If this is not the case then almost any form of investment could be described as living off equity -
- living off rent from IP would own (the IP is equity)
- dividends from share (the shares are equity)
- interest from bank accounts (the money in the a/c is equity)

So Investing is not the same as Living off equity ?

A v. significant attribute of LOE is being tax efficient - you don't have income therefore you pay no tax. Chapter 3 above describes a share fund returning 13% as income which you live off - income is taxable.

What SteveN is describing is simply diversifying from IP into a share fund and using 50% gearing (using margin lending) on the share fund.

Does anyone else have views on what is and is not LOE ?

Cheers,

Keith
 
Steve Navra said:
You ARE using your equity!
You are drawing your equity OUT of its lazy home and putting it to use in a more efficient way, whilst still retaining the leverage and CG.
Some people are too risk averse to do even this. :rolleyes:
Unless you have an extremely broad definition of Living Off Equity ie Investing = LOE, then I would say that you are merely leveraging to provide more growth, which is something we all do already.


Steve Navra said:
The use of this borrowed money enables you to fund the holding costs of the entire portfolio and provides living income. So you are living off it. (If it were left as equity in the property there would be NO INCOME to live off.)
No - that's living off INCOME, living off Equity is as described in post 1 of this thread.

Steve Navra said:
Did you think LOE was spending your CAPITAL in the hope of future growth? :confused::confused::confused:

Remember NO Growth = NO SPEND
Oh no, I agree that 'only a freaking moron would spend equity before growth occurs'.


Steve Navra said:
Should you have some years of good Capital Growth in either shares or property (Like we have had for the past decade . . . and are still having) then you can (once you have made it), blow a bit of capital.
As you said above no-growth=no spend. But what happens when growth doesn't occur ?
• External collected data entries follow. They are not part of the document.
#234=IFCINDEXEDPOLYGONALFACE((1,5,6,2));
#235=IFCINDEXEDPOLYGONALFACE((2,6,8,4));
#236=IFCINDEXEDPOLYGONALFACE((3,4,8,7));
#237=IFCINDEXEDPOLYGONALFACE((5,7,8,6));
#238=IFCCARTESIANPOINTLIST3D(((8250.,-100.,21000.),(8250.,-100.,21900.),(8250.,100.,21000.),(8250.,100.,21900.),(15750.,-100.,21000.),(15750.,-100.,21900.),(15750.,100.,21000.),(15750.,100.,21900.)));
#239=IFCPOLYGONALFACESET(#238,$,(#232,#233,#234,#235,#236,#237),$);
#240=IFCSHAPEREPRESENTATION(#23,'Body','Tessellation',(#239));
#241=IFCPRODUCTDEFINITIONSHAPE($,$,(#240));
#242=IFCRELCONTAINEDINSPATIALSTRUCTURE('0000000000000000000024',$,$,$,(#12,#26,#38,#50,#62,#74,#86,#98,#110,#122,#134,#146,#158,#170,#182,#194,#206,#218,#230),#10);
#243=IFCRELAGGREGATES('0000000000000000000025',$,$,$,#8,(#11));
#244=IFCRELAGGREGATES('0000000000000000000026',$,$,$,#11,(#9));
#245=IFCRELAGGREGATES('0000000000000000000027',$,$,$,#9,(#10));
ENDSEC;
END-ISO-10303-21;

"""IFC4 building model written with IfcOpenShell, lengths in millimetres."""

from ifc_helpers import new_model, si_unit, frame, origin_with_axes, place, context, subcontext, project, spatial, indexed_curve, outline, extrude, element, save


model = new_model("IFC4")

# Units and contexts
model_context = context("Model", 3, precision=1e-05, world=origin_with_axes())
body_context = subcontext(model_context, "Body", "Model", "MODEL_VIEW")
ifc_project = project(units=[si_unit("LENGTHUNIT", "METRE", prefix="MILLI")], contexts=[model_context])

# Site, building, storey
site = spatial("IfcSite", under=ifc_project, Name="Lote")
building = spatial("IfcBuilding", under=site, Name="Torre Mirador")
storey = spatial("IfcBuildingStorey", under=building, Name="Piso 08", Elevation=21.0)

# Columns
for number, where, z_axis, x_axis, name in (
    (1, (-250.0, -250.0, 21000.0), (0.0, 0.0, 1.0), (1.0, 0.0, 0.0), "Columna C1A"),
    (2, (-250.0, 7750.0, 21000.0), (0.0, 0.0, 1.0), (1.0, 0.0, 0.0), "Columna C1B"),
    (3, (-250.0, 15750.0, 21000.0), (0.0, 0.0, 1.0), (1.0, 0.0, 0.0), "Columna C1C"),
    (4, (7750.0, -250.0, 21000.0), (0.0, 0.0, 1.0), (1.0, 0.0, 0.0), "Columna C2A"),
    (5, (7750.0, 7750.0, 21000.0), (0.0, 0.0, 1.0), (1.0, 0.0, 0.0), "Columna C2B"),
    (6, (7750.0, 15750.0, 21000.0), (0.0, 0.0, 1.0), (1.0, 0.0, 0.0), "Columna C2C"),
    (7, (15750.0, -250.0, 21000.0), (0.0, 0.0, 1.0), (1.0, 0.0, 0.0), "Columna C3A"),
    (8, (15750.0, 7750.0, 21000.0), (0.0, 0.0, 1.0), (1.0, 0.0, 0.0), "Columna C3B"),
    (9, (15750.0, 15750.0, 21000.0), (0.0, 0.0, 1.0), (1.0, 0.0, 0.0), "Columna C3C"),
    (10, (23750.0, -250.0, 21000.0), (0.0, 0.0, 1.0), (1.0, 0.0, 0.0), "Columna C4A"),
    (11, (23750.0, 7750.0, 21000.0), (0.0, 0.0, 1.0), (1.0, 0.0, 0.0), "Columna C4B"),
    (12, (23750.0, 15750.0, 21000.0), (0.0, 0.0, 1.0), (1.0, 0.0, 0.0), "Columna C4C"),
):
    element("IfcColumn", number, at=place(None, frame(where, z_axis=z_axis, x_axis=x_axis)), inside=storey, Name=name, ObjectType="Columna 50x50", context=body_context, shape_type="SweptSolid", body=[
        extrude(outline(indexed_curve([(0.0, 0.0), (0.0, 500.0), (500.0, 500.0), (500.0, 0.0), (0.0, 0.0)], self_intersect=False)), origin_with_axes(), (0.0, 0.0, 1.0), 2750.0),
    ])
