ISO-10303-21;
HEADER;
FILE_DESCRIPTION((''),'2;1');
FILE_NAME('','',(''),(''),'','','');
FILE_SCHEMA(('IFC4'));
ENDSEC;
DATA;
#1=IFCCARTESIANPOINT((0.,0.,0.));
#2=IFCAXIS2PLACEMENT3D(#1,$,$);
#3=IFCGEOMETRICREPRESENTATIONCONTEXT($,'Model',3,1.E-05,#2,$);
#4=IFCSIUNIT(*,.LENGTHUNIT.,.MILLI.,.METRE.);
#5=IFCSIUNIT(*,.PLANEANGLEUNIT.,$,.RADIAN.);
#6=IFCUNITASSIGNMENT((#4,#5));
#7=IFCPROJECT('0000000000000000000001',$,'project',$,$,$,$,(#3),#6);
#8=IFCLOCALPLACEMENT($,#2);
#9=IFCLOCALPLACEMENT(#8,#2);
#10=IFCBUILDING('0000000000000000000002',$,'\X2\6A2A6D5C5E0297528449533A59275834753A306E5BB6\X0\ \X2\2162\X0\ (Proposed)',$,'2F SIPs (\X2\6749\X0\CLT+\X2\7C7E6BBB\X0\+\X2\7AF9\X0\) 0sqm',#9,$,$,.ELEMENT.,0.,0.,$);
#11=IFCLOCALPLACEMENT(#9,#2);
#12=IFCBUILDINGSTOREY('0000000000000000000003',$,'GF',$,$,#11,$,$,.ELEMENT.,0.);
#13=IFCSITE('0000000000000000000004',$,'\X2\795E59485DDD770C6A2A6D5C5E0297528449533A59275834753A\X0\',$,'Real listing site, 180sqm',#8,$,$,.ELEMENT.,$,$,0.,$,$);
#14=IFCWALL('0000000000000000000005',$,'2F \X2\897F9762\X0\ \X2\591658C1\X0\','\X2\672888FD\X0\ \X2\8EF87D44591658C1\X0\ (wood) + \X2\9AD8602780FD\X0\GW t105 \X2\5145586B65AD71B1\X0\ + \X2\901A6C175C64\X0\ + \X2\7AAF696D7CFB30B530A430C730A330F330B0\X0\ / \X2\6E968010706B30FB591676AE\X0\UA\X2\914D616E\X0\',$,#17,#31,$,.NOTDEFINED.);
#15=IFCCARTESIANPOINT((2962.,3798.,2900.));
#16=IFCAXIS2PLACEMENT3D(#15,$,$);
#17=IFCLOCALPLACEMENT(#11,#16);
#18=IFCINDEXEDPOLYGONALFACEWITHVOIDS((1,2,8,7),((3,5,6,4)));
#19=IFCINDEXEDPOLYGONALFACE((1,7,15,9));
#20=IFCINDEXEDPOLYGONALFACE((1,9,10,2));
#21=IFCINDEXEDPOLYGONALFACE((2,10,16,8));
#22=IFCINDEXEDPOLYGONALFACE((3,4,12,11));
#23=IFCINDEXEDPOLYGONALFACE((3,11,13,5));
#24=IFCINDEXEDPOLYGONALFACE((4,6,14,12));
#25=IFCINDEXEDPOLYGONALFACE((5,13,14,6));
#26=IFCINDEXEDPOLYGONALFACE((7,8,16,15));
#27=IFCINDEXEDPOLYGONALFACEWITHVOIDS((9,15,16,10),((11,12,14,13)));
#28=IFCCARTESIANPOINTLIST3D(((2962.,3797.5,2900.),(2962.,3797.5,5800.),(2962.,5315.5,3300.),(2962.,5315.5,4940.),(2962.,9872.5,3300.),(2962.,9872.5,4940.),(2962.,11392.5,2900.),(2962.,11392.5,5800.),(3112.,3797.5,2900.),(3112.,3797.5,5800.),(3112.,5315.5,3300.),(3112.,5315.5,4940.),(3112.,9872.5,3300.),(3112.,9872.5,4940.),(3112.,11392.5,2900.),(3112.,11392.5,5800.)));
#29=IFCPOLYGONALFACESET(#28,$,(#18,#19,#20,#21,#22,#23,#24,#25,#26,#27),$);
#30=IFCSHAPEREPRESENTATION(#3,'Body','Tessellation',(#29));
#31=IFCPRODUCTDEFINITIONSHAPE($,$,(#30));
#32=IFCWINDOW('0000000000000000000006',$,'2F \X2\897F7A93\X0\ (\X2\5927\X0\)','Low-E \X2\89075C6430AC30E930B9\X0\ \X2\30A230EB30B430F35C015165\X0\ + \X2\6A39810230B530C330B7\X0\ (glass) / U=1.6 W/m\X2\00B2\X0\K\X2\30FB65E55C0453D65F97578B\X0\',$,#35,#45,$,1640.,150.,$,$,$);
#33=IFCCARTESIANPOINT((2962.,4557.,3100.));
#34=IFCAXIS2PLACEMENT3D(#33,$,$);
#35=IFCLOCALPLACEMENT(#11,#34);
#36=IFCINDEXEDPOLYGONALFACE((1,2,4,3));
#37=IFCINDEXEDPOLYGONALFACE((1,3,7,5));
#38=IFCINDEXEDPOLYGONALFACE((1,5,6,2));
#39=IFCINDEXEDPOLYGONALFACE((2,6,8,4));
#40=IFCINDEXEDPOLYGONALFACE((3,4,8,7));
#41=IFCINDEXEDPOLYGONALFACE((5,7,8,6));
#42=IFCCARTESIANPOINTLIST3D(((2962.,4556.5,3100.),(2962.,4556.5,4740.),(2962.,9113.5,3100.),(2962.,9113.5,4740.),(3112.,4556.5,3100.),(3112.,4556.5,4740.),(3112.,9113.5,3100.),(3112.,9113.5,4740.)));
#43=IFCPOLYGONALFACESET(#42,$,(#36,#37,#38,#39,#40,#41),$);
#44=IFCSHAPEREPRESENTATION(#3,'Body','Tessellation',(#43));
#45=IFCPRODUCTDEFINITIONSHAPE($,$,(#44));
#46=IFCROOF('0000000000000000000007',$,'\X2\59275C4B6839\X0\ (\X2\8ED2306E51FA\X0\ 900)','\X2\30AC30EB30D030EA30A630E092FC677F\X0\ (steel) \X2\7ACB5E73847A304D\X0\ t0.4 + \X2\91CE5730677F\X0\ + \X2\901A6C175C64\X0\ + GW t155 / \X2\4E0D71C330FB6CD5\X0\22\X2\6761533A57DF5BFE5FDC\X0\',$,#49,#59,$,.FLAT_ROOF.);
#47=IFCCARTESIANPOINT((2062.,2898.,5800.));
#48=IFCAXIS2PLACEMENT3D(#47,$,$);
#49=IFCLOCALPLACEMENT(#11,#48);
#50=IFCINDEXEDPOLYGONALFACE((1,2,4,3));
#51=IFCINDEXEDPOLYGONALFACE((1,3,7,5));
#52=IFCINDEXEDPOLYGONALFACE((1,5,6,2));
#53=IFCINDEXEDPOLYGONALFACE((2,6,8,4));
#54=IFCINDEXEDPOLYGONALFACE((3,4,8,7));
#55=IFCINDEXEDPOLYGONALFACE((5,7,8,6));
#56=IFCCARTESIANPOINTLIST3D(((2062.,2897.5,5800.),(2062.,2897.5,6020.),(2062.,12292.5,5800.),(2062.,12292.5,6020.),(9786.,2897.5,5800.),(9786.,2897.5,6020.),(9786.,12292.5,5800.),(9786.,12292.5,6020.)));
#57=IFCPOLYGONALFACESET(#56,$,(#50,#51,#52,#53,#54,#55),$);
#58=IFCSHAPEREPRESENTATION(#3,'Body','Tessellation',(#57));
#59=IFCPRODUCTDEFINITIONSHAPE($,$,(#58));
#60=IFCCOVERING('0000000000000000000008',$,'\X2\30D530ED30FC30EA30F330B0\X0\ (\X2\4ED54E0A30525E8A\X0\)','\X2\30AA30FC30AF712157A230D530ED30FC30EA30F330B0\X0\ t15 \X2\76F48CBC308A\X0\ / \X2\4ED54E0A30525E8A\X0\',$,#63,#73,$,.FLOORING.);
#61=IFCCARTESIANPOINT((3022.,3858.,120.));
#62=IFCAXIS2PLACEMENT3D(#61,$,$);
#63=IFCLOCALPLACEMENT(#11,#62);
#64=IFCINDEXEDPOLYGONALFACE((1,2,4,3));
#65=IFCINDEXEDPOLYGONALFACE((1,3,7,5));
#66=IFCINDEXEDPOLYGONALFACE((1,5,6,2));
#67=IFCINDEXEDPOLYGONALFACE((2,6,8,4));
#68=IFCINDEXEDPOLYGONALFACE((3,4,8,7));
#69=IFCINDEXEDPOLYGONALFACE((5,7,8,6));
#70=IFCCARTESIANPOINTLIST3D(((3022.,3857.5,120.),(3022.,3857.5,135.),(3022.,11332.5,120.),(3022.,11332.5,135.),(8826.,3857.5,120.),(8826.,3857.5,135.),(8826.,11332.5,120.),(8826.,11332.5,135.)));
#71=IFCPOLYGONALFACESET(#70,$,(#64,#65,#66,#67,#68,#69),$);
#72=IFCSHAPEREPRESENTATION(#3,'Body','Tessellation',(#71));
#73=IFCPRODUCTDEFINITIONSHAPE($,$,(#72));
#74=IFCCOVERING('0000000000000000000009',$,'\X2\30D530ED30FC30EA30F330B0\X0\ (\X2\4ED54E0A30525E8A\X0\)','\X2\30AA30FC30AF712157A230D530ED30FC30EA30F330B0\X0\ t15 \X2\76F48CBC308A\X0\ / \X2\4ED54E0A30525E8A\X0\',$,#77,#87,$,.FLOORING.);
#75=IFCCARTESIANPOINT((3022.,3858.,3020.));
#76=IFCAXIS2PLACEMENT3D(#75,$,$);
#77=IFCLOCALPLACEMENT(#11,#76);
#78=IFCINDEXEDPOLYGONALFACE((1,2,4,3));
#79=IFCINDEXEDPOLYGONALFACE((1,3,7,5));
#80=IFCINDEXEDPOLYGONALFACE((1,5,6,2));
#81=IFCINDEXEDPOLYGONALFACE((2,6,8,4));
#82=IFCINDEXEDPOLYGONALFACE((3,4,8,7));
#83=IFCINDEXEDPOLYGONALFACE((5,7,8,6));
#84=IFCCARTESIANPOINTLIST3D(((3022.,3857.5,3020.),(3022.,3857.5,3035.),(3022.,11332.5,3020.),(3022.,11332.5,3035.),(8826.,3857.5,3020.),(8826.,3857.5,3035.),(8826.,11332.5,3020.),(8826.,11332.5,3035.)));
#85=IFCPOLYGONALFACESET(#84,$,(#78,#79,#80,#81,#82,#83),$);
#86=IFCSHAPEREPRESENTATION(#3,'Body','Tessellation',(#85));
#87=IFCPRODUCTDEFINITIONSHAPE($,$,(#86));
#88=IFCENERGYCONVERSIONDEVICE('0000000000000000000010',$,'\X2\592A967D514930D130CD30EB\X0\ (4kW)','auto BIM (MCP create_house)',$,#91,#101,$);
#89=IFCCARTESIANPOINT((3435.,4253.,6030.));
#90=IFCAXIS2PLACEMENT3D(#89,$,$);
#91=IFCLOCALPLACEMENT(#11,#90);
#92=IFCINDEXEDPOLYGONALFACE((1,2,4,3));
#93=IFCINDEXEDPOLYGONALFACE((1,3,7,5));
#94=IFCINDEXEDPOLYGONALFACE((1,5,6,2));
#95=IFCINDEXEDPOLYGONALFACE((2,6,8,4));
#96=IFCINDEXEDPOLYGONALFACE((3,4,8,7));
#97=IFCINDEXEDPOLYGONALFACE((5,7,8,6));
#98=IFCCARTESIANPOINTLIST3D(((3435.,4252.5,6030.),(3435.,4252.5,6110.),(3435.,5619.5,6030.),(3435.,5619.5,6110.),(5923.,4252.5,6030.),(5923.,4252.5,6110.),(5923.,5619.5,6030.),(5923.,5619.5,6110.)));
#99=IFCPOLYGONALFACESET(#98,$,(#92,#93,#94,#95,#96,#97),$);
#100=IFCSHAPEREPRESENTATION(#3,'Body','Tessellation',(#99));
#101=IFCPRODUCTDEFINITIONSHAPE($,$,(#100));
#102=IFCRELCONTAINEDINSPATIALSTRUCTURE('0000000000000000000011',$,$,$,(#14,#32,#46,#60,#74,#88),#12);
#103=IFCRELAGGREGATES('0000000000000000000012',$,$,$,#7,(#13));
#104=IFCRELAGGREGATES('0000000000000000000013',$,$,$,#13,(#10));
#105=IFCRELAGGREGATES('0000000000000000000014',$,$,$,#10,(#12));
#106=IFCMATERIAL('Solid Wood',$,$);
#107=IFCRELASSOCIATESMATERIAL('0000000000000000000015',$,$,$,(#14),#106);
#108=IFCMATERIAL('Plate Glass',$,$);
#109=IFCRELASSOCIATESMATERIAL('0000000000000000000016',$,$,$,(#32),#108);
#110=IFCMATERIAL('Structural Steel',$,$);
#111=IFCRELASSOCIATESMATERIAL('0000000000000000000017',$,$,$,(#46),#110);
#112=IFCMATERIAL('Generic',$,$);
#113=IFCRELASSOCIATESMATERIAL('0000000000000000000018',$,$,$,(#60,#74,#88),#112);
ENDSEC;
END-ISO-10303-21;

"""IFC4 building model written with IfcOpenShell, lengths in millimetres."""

from ifc_helpers import new_model, si_unit, frame, frame_2d, origin, place, context, project, spatial, rectangle, extrude, material, element, fill, save


model = new_model("IFC4")

# Units and contexts
model_context = context("Model", 3, precision=1e-05, world=origin())
ifc_project = project(units=[si_unit("LENGTHUNIT", "METRE", prefix="MILLI"), si_unit("PLANEANGLEUNIT", "RADIAN")], contexts=[model_context])

# Site, building, storey
site_placement = place(None, origin())
site = spatial("IfcSite", under=ifc_project, at=site_placement, Name="神奈川県横浜市青葉区大場町", ObjectType="Real listing site, 180sqm", CompositionType="ELEMENT", RefElevation=0.0)
building_placement = place(site_placement, origin())
building = spatial("IfcBuilding", under=site, at=building_placement, Name="横浜市青葉区大場町の家 Ⅲ (Proposed)", ObjectType="2F SIPs (杉CLT+籾殻+竹) 0sqm", CompositionType="ELEMENT", ElevationOfRefHeight=0.0, ElevationOfTerrain=0.0)
storey_placement = place(building_placement, origin())
storey = spatial("IfcBuildingStorey", under=building, at=storey_placement, Name="GF", CompositionType="ELEMENT", Elevation=0.0)

# Shared definitions
ifc_material_1 = material(Name="Solid Wood")

# Shared definitions
ifc_material_2 = material(Name="Plate Glass")

# Wall, opening, window
wall_1_placement = place(storey_placement, frame((2962.0, 3798.0, 2900.0)))
wall_1 = element("IfcWall", 1, at=wall_1_placement, inside=storey, material=ifc_material_1, Name="2F 西面 外壁", Description="木製 軸組外壁 (wood) + 高性能GW t105 充填断熱 + 通気層 + 窯業系サイディング / 準耐火・外皮UA配慮", PredefinedType="NOTDEFINED", context=model_context, shape_type="SweptSolid", body=[
    extrude(rectangle(XDim=150.0, YDim=7595.0, at=frame_2d((75.0, 3797.0))), frame((2962.0, 3798.0, 2900.0)), (0.0, 0.0, 1.0), 2900.0),
])
opening_1_placement = place(storey_placement, frame((2962.0, 4557.0, 3100.0)))
opening_1 = element("IfcOpeningElement", 2, at=opening_1_placement, cuts=wall_1, PredefinedType="NOTDEFINED", context=model_context, shape_type="SweptSolid", body=[
    extrude(rectangle(XDim=150.0, YDim=4557.0, at=frame_2d((75.0, 2278.0))), frame((2962.0, 4557.0, 3100.0)), (0.0, 0.0, 1.0), 1640.0),
])
window_1_placement = place(storey_placement, frame((2962.0, 4557.0, 3100.0)))
window_1 = element("IfcWindow", 3, at=window_1_placement, inside=storey, material=ifc_material_2, Name="2F 西窓 (大)", Description="Low-E 複層ガラス アルゴン封入 + 樹脂サッシ (glass) / U=1.6 W/m²K・日射取得型", OverallHeight=1640.0, OverallWidth=150.0, context=model_context, shape_type="SweptSolid", body=[
    extrude(rectangle(XDim=150.0, YDim=4557.0, at=frame_2d((75.0, 2278.0))), frame((2962.0, 4557.0, 3100.0)), (0.0, 0.0, 1.0), 1640.0),
])
fill(opening_1, window_1)

# Roof
ifc_material_3 = material(Name="Structural Steel")
roof_placement = place(storey_placement, frame((2062.0, 2898.0, 5800.0)))
element("IfcRoof", 4, at=roof_placement, inside=storey, material=ifc_material_3, Name="大屋根 (軒の出 900)", Description="ガルバリウム鋼板 (steel) 立平葺き t0.4 + 野地板 + 通気層 + GW t155 / 不燃・法22条区域対応", PredefinedType="FLAT_ROOF", context=model_context, shape_type="SweptSolid", body=[
    extrude(rectangle(XDim=7724.0, YDim=9395.0, at=frame_2d((3862.0, 4697.0))), frame((2062.0, 2898.0, 5800.0)), (0.0, 0.0, 1.0), 220.0),
])

# Coverings
ifc_material_4 = material(Name="Generic")
covering_1_placement = place(storey_placement, frame((3022.0, 3858.0, 120.0)))
element("IfcCovering", 5, at=covering_1_placement, inside=storey, material=ifc_material_4, Name="フローリング (仕上げ床)", Description="オーク無垢フローリング t15 直貼り / 仕上げ床", PredefinedType="FLOORING", context=model_context, shape_type="SweptSolid", body=[
    extrude(rectangle(XDim=5804.0, YDim=7475.0, at=frame_2d((2902.0, 3737.0))), frame((3022.0, 3858.0, 120.0)), (0.0, 0.0, 1.0), 15.0),
])
covering_2_placement = place(storey_placement, frame((3022.0, 3858.0, 3020.0)))
element("IfcCovering", 6, at=covering_2_placement, inside=storey, material=ifc_material_4, Name="フローリング (仕上げ床)", Description="オーク無垢フローリング t15 直貼り / 仕上げ床", PredefinedType="FLOORING", context=model_context, shape_type="SweptSolid", body=[
    extrude(rectangle(XDim=5804.0, YDim=7475.0, at=frame_2d((2902.0, 3737.0))), frame((3022.0, 3858.0, 3020.0)), (0.0, 0.0, 1.0), 15.0),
I'll repeat what I said above -

What you have described is getting income to live off from a share fund that consistently returns 13% in dividends & distributions and also has capital growth.

Cheers,

Keith
 
Steve Navra said:
But I warn you that there will be some who will attack most of what you do as being:

  • Too risky
  • Only happened in times of good growth
  • The next ten years of doing the same will send you broke.
  • Just will refuse to believe that property, shares, or any form of asset will EVER grow again.
  • And even if there might be future growth, the baby-boomer retirement will kill this too
:D:D:D:D:D:D:D:D:D:D:D:D:D:D:D:D:D:D:D:D:D:D:D:D:D:D:D:D:D:D:D:D:D:D:D:D:D:D:D:D:D:D:D:D:D:D:D:D:D:D

However, I will look forward to hearing about it anyway :p

Regards,

Steve :)

I was thinking about your above list overnight , and realised that, while there are many different views on the forum on how to invest , most of the time people don't necessarily attack other peoples views on investing . Most of the time people seem to accept that there are just different ways to do things.

As far as methodology , the only person who seems to draw recurring negative comments ( as well as many adoring fans :0 ) .... is yourself.